Description of the task:
Return the lines below that contain "IFCSHAPEREPRESENTATION".

Stored entries:
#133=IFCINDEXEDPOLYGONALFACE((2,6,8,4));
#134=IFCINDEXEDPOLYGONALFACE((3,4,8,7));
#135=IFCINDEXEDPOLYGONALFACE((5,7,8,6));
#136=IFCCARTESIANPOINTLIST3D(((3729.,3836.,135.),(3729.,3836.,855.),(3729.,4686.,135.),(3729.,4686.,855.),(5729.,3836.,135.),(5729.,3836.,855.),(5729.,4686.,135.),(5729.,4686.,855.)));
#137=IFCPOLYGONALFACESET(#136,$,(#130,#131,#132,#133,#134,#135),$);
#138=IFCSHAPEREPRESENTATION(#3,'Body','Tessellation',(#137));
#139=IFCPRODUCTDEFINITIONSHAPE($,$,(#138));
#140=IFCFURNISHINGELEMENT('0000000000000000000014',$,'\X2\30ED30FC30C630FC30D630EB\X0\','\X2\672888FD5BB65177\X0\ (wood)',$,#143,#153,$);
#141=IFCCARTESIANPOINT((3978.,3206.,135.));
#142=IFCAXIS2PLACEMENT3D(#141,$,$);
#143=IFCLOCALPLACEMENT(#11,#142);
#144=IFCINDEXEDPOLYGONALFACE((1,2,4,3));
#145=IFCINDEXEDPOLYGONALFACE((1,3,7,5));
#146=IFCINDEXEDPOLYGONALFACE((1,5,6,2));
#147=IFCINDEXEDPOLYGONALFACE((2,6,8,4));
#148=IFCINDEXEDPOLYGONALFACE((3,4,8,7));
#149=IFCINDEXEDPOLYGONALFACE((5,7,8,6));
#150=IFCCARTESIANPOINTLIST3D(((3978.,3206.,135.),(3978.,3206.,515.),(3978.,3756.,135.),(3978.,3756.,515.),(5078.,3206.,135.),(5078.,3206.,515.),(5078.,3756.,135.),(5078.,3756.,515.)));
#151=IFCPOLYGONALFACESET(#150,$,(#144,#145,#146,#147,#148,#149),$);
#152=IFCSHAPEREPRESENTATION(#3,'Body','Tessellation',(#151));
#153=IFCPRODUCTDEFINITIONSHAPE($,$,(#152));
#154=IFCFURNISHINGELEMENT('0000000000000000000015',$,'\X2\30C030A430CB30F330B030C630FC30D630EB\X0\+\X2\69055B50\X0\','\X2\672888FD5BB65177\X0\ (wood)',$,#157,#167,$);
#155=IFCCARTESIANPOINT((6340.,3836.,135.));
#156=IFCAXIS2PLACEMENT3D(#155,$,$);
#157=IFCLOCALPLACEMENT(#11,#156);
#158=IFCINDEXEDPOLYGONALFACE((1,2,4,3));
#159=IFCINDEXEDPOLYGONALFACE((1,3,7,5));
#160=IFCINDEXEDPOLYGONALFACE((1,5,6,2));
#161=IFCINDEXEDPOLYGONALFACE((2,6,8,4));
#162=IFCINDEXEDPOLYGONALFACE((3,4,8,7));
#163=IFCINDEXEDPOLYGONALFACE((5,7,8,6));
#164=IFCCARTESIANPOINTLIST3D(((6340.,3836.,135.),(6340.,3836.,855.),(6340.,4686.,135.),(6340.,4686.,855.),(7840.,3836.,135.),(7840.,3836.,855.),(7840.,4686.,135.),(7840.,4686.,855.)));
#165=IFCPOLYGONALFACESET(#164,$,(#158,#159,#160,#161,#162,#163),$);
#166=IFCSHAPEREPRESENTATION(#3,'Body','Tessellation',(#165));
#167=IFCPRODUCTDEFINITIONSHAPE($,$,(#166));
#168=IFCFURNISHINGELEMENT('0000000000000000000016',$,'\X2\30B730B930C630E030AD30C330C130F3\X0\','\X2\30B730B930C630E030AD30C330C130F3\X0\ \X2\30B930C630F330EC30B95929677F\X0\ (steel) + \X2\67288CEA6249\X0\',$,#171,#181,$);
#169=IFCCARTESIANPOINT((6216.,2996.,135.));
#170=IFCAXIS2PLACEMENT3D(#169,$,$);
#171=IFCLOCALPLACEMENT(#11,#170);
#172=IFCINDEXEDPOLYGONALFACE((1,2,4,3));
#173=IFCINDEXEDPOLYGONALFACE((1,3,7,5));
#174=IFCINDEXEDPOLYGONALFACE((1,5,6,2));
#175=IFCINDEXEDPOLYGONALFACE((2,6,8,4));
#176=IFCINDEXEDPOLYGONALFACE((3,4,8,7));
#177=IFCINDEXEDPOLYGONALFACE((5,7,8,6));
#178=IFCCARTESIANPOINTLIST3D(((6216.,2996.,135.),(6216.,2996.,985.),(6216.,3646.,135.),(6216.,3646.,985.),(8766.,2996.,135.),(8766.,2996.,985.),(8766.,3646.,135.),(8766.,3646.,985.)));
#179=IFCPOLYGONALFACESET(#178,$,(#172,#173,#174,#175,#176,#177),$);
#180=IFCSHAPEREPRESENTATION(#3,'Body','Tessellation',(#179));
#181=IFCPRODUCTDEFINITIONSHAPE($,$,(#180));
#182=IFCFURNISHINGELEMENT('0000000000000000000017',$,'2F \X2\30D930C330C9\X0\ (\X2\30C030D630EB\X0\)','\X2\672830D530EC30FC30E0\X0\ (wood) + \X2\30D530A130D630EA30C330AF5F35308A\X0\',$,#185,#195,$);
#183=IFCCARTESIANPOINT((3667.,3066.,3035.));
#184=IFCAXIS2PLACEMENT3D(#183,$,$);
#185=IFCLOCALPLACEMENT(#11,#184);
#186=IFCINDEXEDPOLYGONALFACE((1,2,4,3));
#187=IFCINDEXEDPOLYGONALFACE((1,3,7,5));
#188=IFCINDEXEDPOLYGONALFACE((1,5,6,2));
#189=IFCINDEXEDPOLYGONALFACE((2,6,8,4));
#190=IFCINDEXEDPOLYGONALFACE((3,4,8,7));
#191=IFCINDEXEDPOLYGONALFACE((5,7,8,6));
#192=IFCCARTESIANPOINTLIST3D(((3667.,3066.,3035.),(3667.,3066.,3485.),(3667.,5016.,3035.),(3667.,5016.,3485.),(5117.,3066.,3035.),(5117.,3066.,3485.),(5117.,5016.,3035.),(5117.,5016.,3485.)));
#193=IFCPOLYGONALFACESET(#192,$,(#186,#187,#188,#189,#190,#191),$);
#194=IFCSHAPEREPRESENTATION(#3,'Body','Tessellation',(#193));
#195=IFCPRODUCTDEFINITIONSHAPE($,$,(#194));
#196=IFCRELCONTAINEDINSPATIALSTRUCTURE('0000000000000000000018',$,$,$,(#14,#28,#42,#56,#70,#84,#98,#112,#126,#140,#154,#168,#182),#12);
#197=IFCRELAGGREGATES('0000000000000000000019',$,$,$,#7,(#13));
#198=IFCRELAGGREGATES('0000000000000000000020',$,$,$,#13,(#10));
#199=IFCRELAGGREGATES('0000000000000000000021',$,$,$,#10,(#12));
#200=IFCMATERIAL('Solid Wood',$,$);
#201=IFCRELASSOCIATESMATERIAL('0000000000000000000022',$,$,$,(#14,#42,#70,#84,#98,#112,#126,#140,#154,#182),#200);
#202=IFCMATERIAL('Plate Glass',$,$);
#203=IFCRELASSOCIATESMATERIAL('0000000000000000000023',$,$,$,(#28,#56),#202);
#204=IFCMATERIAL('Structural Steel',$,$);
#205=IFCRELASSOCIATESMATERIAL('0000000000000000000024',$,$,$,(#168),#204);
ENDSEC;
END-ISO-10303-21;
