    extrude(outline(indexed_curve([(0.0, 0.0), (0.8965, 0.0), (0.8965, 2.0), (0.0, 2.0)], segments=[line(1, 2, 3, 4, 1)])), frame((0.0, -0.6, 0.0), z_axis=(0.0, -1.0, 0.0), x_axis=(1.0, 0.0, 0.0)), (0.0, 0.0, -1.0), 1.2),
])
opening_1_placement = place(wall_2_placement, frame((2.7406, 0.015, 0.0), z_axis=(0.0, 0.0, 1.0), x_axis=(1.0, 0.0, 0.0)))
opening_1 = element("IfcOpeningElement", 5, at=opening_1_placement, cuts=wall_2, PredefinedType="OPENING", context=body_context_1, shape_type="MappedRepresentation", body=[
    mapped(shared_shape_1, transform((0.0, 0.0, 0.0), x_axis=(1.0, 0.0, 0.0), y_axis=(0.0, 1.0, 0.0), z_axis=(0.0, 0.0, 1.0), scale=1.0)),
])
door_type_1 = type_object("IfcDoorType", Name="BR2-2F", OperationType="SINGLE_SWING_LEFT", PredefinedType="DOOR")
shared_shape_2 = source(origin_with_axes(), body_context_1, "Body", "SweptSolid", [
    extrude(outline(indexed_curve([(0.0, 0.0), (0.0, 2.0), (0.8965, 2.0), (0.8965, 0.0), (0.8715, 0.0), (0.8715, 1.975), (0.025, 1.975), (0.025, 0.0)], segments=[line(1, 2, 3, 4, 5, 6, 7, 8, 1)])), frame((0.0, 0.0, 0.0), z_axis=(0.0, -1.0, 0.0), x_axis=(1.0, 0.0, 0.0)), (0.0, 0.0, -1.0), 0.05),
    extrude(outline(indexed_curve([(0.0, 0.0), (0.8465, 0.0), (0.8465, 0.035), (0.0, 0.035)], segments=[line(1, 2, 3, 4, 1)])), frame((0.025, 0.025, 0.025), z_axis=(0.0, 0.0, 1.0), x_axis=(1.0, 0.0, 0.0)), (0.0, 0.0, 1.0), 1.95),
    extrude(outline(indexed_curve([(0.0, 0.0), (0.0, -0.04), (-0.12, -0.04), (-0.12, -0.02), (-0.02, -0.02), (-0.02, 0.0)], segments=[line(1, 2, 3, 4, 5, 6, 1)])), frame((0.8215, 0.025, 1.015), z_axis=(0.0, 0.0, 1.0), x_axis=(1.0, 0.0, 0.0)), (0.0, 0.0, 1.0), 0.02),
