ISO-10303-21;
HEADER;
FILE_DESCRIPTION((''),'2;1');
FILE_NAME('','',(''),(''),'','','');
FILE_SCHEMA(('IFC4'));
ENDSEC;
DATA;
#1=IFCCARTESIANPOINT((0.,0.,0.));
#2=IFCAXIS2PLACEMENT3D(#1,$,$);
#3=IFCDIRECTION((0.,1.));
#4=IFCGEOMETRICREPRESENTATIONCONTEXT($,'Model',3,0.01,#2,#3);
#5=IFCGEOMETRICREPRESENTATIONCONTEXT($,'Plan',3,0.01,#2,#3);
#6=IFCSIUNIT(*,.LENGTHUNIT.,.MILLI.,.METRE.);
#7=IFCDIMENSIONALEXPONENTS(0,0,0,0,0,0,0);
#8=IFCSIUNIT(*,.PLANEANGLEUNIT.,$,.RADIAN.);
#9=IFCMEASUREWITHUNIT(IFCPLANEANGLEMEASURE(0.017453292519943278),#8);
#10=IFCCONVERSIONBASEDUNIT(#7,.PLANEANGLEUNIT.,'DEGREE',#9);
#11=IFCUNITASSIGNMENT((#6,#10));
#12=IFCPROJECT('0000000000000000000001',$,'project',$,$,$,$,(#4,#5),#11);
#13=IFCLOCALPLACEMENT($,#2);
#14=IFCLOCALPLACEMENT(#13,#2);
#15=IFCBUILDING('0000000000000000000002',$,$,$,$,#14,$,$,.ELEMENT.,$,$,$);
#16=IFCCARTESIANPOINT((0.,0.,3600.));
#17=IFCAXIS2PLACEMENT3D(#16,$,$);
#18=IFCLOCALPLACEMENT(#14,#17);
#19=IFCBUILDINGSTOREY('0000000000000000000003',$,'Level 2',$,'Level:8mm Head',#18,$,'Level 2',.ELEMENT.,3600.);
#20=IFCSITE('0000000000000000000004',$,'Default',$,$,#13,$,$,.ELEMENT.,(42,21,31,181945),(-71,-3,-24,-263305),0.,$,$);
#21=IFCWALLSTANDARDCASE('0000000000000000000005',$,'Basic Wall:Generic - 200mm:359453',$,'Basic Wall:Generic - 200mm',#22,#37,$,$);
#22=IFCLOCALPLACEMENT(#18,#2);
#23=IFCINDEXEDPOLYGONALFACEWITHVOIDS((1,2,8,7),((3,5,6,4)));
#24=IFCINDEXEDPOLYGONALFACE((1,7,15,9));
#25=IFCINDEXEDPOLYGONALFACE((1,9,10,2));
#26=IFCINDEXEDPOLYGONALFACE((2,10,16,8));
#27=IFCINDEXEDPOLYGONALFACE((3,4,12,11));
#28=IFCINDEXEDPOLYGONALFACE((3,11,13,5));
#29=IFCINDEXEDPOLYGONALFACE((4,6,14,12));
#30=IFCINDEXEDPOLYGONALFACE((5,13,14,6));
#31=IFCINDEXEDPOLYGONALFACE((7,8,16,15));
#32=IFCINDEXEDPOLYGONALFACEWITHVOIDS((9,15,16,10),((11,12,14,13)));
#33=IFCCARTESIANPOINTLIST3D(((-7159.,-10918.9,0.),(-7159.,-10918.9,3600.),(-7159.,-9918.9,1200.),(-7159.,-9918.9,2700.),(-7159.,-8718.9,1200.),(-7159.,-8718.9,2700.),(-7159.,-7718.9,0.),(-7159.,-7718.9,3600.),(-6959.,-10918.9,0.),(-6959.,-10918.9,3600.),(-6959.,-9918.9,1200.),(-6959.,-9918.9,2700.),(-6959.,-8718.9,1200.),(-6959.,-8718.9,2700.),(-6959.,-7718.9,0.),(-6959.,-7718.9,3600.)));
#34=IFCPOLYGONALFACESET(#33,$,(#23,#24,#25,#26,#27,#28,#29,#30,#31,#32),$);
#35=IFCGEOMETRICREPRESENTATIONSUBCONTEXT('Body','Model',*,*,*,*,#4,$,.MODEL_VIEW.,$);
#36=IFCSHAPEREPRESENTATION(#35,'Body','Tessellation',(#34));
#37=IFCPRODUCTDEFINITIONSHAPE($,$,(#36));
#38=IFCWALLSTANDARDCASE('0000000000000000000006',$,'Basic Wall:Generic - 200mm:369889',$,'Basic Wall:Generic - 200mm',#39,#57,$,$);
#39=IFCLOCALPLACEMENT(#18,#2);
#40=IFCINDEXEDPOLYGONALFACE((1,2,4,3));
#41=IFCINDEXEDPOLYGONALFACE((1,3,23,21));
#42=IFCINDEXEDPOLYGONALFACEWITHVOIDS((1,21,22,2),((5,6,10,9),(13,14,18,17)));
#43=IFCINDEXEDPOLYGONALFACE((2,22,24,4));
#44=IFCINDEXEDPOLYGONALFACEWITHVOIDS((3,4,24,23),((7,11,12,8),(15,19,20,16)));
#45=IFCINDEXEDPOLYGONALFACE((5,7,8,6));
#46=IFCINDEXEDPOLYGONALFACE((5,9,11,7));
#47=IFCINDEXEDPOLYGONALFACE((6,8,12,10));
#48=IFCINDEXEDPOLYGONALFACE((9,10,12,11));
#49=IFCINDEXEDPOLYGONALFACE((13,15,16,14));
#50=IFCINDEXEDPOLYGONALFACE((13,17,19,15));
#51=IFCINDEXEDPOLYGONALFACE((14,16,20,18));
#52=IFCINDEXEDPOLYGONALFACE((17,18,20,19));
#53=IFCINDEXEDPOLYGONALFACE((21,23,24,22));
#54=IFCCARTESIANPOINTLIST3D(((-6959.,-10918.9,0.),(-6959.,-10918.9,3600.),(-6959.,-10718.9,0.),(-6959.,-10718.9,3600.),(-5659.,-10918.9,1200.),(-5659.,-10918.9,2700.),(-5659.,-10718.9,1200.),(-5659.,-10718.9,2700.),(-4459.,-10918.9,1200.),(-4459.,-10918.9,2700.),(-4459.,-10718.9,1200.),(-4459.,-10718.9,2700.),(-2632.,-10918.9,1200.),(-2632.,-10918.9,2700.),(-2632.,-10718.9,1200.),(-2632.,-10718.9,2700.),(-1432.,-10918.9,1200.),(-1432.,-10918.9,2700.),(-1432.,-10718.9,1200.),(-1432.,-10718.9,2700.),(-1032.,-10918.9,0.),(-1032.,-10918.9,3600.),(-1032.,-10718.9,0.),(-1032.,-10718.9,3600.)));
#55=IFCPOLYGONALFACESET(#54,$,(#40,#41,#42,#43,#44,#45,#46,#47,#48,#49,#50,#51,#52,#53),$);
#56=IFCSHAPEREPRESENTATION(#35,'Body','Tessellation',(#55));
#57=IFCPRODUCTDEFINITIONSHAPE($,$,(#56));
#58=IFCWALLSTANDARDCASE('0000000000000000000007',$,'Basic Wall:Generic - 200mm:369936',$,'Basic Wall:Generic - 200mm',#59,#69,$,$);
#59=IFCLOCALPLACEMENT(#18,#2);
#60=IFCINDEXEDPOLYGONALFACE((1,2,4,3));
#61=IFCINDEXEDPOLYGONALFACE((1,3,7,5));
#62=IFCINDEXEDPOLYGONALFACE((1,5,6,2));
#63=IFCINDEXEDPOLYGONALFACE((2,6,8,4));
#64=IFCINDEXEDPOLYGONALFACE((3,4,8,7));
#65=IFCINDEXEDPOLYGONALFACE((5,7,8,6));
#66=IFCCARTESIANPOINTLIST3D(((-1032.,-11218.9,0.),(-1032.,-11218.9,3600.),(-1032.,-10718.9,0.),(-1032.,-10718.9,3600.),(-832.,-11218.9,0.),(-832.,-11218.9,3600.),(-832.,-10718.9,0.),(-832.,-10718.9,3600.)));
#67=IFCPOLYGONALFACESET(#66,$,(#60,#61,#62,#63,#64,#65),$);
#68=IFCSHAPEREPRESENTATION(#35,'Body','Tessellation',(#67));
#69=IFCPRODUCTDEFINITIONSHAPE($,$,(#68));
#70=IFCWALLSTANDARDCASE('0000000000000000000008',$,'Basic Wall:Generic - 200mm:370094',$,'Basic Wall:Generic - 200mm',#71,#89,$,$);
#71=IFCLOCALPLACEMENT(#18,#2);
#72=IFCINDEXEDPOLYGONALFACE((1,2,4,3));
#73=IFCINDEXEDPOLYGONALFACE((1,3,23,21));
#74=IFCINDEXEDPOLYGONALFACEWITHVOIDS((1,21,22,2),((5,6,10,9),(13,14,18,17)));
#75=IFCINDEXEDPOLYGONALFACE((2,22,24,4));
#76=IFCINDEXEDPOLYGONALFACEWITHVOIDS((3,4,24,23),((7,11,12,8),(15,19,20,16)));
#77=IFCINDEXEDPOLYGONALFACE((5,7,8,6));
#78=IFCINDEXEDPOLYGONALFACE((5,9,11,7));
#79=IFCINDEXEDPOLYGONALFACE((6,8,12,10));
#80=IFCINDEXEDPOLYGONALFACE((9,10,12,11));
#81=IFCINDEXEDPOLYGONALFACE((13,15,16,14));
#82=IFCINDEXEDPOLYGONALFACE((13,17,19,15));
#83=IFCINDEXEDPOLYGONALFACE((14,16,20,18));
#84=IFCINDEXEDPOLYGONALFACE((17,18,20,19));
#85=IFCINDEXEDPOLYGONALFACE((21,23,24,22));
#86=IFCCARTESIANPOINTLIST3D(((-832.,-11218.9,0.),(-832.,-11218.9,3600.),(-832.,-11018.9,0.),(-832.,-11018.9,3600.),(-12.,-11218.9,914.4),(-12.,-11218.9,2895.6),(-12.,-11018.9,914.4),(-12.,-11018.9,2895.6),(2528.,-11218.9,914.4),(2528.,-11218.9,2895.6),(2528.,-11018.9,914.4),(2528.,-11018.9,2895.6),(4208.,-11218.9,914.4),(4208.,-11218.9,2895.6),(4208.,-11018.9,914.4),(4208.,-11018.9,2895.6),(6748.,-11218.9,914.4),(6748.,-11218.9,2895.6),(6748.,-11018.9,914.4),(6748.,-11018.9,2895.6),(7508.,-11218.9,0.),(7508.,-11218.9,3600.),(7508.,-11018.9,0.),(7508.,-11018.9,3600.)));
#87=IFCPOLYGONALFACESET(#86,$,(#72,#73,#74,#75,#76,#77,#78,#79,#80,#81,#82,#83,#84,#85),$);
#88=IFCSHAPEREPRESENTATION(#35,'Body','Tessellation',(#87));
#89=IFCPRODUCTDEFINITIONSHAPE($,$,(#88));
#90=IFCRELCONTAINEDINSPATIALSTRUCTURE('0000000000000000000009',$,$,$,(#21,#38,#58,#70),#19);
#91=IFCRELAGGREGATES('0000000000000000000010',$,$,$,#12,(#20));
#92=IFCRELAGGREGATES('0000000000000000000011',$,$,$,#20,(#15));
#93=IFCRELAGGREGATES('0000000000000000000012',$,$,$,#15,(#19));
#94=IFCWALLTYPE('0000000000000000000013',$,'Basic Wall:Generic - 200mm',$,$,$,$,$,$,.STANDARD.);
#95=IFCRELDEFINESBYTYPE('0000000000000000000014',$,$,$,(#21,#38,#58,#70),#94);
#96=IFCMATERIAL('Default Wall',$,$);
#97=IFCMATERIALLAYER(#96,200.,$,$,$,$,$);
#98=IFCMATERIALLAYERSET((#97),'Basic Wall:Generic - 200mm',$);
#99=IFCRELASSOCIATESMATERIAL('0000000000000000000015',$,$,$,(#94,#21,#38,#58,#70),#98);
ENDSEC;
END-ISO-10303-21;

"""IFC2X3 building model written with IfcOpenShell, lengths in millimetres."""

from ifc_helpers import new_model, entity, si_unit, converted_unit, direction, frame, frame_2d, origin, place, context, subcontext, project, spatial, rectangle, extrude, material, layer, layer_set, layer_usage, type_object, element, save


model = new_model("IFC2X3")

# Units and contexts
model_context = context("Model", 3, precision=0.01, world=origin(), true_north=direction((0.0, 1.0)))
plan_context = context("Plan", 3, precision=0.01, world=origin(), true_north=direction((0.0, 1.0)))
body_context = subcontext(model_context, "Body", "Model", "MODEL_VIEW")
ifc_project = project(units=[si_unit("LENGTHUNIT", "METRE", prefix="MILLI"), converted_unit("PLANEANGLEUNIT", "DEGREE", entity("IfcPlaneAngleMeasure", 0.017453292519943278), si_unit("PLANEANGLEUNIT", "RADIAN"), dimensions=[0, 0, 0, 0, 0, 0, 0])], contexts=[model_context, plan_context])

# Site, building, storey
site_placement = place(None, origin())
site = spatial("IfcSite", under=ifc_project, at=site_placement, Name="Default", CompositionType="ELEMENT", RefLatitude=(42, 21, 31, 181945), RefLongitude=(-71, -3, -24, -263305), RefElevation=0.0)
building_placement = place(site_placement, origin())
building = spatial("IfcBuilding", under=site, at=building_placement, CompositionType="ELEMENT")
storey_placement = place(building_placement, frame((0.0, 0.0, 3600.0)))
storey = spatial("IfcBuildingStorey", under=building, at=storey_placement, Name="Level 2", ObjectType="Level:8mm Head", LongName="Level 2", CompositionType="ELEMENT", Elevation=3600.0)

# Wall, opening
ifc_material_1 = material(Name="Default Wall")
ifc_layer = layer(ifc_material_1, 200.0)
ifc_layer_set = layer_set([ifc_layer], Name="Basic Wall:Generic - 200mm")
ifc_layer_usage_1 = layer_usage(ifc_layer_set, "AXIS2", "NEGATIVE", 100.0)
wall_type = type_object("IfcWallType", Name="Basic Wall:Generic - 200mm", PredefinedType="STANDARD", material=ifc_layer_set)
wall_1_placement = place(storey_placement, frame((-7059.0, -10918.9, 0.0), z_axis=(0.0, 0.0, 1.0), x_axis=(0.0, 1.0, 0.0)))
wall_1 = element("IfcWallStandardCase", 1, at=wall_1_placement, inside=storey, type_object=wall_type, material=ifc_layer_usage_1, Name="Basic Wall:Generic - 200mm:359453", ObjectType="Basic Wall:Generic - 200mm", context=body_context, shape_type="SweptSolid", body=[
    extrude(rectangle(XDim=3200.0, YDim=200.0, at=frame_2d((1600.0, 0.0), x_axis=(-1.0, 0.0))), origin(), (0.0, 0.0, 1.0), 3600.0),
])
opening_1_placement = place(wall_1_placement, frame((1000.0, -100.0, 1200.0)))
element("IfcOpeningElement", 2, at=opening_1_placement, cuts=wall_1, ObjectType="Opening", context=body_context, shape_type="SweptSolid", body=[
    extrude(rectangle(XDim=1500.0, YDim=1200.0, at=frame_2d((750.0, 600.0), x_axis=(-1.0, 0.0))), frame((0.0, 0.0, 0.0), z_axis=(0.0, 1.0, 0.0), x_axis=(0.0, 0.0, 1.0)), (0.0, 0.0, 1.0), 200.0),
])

==

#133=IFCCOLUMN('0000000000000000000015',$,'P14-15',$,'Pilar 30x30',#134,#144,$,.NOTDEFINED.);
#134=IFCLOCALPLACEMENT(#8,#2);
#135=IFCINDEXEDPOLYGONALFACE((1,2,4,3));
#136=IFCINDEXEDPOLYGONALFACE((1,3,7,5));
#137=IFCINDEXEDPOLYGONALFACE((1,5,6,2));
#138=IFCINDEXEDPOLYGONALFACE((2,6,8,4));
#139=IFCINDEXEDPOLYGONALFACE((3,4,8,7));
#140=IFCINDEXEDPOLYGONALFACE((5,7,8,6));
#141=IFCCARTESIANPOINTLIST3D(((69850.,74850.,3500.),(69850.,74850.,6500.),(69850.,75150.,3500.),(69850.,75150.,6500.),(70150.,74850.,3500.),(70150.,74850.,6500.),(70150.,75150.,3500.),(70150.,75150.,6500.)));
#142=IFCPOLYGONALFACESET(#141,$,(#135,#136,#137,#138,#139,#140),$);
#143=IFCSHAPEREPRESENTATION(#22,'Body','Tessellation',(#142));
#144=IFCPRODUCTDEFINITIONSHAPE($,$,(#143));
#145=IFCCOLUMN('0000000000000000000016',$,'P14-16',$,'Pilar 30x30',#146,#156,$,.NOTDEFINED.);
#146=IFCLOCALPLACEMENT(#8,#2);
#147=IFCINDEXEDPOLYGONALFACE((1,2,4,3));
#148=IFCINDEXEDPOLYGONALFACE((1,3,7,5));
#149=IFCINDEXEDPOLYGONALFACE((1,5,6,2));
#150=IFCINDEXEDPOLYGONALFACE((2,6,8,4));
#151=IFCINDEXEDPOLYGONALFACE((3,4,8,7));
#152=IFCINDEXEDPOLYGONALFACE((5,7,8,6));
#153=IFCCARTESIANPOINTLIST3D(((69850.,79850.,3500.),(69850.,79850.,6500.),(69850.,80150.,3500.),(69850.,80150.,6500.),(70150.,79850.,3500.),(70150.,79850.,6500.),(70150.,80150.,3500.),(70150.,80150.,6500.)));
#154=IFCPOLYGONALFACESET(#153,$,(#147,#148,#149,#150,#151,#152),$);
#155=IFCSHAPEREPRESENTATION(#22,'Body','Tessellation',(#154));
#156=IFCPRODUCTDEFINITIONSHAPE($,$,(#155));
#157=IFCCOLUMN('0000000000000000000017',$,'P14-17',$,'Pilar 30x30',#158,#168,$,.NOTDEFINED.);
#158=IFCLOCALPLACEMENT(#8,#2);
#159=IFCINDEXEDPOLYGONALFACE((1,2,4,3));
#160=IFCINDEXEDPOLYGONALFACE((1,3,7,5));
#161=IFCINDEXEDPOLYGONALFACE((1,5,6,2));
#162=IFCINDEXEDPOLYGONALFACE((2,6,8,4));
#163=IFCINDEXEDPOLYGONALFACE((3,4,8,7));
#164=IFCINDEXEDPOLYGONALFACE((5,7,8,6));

Result below:
#138=IFCSHAPEREPRESENTATION(#3,'Body','Tessellation',(#137));
#152=IFCSHAPEREPRESENTATION(#3,'Body','Tessellation',(#151));
#166=IFCSHAPEREPRESENTATION(#3,'Body','Tessellation',(#165));
#180=IFCSHAPEREPRESENTATION(#3,'Body','Tessellation',(#179));
#194=IFCSHAPEREPRESENTATION(#3,'Body','Tessellation',(#193));
#36=IFCSHAPEREPRESENTATION(#35,'Body','Tessellation',(#34));
#56=IFCSHAPEREPRESENTATION(#35,'Body','Tessellation',(#55));
#68=IFCSHAPEREPRESENTATION(#35,'Body','Tessellation',(#67));
#88=IFCSHAPEREPRESENTATION(#35,'Body','Tessellation',(#87));
#143=IFCSHAPEREPRESENTATION(#22,'Body','Tessellation',(#142));
#155=IFCSHAPEREPRESENTATION(#22,'Body','Tessellation',(#154));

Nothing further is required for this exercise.